Health Benefits • June 30, 2023 at 11:17 AM • Written by: Elizabeth Walker

A health reimbursement arrangement (HRA) is a great way for employers to provide a meaningful health benefit by reimbursing their employees, tax-free, for qualified medical expenses. Although HRAs are typically easier to manage than traditional group plans, they still come with compliance considerations. One is the IRS requirement for employees to submit proper claim documentation to receive reimbursements.

Acceptable documentation can be an itemized receipt, invoice, or Explanation of Benefits (EOB). Before you approve an employee’s claim, you must verify that the document contains five key elements. If the document doesn’t meet the requirements, the employee must submit additional documentation before you can process their claim. That’s why knowing what you’re looking for when reviewing a document is essential.

In this article, we’ll go over the five HRA claim documentation requirements and how PeopleKeep makes the review process quick and easy for employers.

Get everything you need to know about health reimbursement arrangements in our guide

1. Provider name

The first documentation requirement you must check for is the provider’s name. If the employee received a medical service, the provider's name is where they received treatment, like the name of the clinic, urgent care center, hospital, or doctor’s office.

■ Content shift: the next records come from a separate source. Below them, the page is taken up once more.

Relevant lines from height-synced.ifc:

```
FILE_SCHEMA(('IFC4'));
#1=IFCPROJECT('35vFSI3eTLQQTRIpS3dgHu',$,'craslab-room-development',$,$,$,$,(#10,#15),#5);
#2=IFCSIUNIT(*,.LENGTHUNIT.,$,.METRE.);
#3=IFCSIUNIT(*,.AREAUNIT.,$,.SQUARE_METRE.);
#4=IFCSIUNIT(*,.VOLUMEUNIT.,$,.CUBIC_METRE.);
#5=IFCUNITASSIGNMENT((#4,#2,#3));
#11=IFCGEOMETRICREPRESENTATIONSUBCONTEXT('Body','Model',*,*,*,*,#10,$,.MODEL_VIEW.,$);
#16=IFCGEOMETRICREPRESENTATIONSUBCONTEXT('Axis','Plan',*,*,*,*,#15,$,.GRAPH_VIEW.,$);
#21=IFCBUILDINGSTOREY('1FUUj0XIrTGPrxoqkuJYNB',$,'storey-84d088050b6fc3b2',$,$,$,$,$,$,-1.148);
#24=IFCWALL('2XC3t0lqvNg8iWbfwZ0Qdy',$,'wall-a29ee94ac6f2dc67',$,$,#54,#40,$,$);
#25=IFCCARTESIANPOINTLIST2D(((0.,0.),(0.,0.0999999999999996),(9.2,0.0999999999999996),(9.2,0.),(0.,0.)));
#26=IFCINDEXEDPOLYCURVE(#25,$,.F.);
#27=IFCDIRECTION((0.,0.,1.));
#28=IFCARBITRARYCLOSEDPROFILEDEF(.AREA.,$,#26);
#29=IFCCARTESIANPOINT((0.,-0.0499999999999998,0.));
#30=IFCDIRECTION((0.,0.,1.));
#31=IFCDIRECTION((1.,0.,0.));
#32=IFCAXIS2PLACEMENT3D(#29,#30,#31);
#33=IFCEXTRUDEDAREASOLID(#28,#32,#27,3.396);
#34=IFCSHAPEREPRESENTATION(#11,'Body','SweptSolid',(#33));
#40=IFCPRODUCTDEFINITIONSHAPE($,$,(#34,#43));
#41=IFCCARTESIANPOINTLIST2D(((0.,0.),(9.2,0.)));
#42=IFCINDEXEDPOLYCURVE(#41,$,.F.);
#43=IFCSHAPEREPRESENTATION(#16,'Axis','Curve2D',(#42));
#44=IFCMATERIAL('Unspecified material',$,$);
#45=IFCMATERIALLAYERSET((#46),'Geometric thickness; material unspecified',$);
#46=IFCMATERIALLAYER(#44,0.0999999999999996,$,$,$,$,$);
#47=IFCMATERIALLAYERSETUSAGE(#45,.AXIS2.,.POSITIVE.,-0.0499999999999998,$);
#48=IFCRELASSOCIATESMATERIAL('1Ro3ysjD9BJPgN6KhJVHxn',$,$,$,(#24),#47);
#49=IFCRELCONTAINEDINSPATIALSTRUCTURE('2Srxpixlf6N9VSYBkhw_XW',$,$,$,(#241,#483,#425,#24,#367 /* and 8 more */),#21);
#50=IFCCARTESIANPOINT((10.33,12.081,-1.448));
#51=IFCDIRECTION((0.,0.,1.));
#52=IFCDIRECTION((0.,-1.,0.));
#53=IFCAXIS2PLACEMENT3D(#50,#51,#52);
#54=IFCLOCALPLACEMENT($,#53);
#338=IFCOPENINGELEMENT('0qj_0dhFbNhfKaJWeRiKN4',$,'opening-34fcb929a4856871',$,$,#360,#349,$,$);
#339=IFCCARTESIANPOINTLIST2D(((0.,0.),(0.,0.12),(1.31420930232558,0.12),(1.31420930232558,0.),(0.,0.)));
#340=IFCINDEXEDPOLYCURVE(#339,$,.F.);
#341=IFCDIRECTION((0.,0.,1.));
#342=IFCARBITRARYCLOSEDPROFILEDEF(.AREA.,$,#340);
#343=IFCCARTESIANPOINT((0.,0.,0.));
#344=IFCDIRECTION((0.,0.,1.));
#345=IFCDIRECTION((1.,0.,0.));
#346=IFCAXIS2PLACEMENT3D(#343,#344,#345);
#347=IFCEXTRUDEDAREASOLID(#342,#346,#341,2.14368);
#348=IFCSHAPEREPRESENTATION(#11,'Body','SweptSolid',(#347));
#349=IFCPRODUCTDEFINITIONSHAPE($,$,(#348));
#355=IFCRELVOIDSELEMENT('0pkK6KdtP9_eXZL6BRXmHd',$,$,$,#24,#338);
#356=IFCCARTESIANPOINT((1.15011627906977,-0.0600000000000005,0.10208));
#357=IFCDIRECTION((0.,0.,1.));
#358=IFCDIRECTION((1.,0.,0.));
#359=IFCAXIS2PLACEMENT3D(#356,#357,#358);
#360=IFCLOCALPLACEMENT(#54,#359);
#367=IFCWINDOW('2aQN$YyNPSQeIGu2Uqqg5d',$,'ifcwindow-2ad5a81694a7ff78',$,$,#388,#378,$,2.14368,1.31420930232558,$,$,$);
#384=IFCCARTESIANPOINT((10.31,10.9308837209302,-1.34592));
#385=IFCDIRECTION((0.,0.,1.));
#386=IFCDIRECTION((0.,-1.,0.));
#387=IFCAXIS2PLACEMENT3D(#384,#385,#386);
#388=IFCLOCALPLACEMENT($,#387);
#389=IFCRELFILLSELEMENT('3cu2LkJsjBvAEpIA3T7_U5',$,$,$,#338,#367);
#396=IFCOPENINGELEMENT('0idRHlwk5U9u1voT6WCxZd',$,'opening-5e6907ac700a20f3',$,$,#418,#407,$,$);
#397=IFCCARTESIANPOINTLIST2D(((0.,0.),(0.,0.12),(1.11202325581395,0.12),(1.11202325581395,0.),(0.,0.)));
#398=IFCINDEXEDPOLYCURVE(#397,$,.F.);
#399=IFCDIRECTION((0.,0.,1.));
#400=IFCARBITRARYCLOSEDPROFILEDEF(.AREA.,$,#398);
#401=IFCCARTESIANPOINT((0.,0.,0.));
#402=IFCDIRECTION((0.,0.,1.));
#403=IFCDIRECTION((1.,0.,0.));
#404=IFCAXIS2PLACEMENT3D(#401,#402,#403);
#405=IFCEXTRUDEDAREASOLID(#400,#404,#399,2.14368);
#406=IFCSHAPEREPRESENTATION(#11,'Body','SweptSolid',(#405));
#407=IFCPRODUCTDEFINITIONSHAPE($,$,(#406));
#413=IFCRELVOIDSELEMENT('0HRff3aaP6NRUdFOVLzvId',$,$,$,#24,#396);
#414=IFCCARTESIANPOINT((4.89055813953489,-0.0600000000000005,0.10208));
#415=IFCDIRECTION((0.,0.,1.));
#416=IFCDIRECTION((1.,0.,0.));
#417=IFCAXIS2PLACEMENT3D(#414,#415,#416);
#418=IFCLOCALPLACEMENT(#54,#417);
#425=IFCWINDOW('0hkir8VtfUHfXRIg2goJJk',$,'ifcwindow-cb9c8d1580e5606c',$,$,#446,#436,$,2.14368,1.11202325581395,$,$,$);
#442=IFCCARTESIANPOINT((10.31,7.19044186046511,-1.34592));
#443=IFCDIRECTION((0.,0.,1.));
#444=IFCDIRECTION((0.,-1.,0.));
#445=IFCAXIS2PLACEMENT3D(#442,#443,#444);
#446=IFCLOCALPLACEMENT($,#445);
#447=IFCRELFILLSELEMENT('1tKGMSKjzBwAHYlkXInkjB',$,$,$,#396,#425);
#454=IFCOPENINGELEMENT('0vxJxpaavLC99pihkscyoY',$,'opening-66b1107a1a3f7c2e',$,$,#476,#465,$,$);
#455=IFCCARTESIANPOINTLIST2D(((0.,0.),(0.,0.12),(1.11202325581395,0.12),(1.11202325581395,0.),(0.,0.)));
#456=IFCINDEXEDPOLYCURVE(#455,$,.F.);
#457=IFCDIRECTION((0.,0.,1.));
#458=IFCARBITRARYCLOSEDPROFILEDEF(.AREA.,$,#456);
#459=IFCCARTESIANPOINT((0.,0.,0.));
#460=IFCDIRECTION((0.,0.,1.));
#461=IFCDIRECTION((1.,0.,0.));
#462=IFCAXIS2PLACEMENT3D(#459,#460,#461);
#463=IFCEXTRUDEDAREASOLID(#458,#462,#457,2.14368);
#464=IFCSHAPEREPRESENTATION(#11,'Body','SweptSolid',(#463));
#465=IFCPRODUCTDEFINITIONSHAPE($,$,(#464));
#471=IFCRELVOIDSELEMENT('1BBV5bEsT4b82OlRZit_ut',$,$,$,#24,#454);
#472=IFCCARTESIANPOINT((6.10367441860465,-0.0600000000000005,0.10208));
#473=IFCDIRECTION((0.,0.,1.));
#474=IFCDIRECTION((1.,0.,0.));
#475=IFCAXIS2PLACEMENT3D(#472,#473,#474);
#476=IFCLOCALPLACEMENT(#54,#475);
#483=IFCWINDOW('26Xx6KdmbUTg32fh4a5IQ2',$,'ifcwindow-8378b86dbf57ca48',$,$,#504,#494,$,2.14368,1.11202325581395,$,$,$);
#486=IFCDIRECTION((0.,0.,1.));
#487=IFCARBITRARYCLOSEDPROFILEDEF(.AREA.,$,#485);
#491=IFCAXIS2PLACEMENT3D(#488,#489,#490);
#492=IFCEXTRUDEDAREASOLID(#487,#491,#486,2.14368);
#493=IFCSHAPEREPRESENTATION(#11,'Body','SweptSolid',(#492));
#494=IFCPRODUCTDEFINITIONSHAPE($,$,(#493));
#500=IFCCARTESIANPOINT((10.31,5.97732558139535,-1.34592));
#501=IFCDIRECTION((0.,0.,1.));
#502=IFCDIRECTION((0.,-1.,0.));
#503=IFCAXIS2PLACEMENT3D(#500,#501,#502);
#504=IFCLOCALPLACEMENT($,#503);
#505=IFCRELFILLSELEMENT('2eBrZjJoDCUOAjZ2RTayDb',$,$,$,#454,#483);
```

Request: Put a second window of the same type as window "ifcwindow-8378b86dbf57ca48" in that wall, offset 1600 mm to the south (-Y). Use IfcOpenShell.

```python
import ifcopenshell
import ifcopenshell.api.feature
import ifcopenshell.api.geometry
import ifcopenshell.api.root
import ifcopenshell.geom
import ifcopenshell.util.element
import ifcopenshell.util.placement
import ifcopenshell.util.shape
import ifcopenshell.util.unit

model = ifcopenshell.open("height-synced.ifc")
unit_scale = ifcopenshell.util.unit.calculate_unit_scale(model)
settings = ifcopenshell.geom.settings()


def volume(element):
    """Net volume in cubic metres, openings subtracted."""
    shape = ifcopenshell.geom.create_shape(settings, element)
    return ifcopenshell.util.shape.get_volume(shape.geometry)


window = model.by_guid("26Xx6KdmbUTg32fh4a5IQ2")
opening = window.FillsVoids[0].RelatingOpeningElement
wall = opening.VoidsElements[0].RelatingBuildingElement
before = volume(wall)
shift = ifcopenshell.util.placement.get_local_placement(wall.ObjectPlacement)[:3, 0] * 1.6 / unit_scale

# copy_class copies the void relationship, type, container and properties, but no geometry.
new_opening = ifcopenshell.api.root.copy_class(model, product=opening)
new_opening.Representation = ifcopenshell.util.element.copy_deep(
    model, opening.Representation, exclude=["IfcGeometricRepresentationContext", "IfcRepresentationMap"]
)
new_window = ifcopenshell.api.root.copy_class(model, product=window)
new_window.Representation = ifcopenshell.util.element.copy_deep(
    model, window.Representation, exclude=["IfcGeometricRepresentationContext", "IfcRepresentationMap"]
)
ifcopenshell.api.feature.add_filling(model, opening=new_opening, element=new_window)

for old, new in ((opening, new_opening), (window, new_window)):
    matrix = ifcopenshell.util.placement.get_local_placement(old.ObjectPlacement)
    matrix[:3, 3] += shift
    ifcopenshell.api.geometry.edit_object_placement(model, product=new, matrix=matrix, is_si=False)

after = volume(wall)

print(f"wall volume {before:.3f} -> {after:.3f} m3")

model.write("height-synced_edited.ifc")
```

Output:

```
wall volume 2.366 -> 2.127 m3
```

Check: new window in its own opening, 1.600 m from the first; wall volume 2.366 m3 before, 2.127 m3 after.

Another scenario is if they purchased a qualified over-the-counter item or picked up a prescription. In this case, the provider is the name of the store or pharmacy where they purchased the item. For health insurance premiums, the insurance company would be the provider.


2. Date of service

Next is the date the employee received the medical service or item. It can also be the coverage period for their insurance policy if they’ve submitted documentation for their health plan premium costs.

Remember that the date of service is often different than the billing date or the date the employee submitted their document for verification. The date must show that the employee received the treatment, service, or items, and that it isn’t a duplicate claim. The date listed must also show that the employee incurred the qualified expense during your HRA’s plan year.


3. Recipient of service

Depending on the plan design, an HRA can reimburse an employee’s eligible dependents, such as a spouse or child, for their medical expenses. With a qualified small employer HRA (QSEHRA), an employer can even allow an employee to receive reimbursements for their spouse’s group health insurance premiums. If the spouse’s premium is paid for with pre-tax dollars, the reimbursement is taxable income. However, if the spouse pays their premium post-tax, it would be eligible for tax-free reimbursement.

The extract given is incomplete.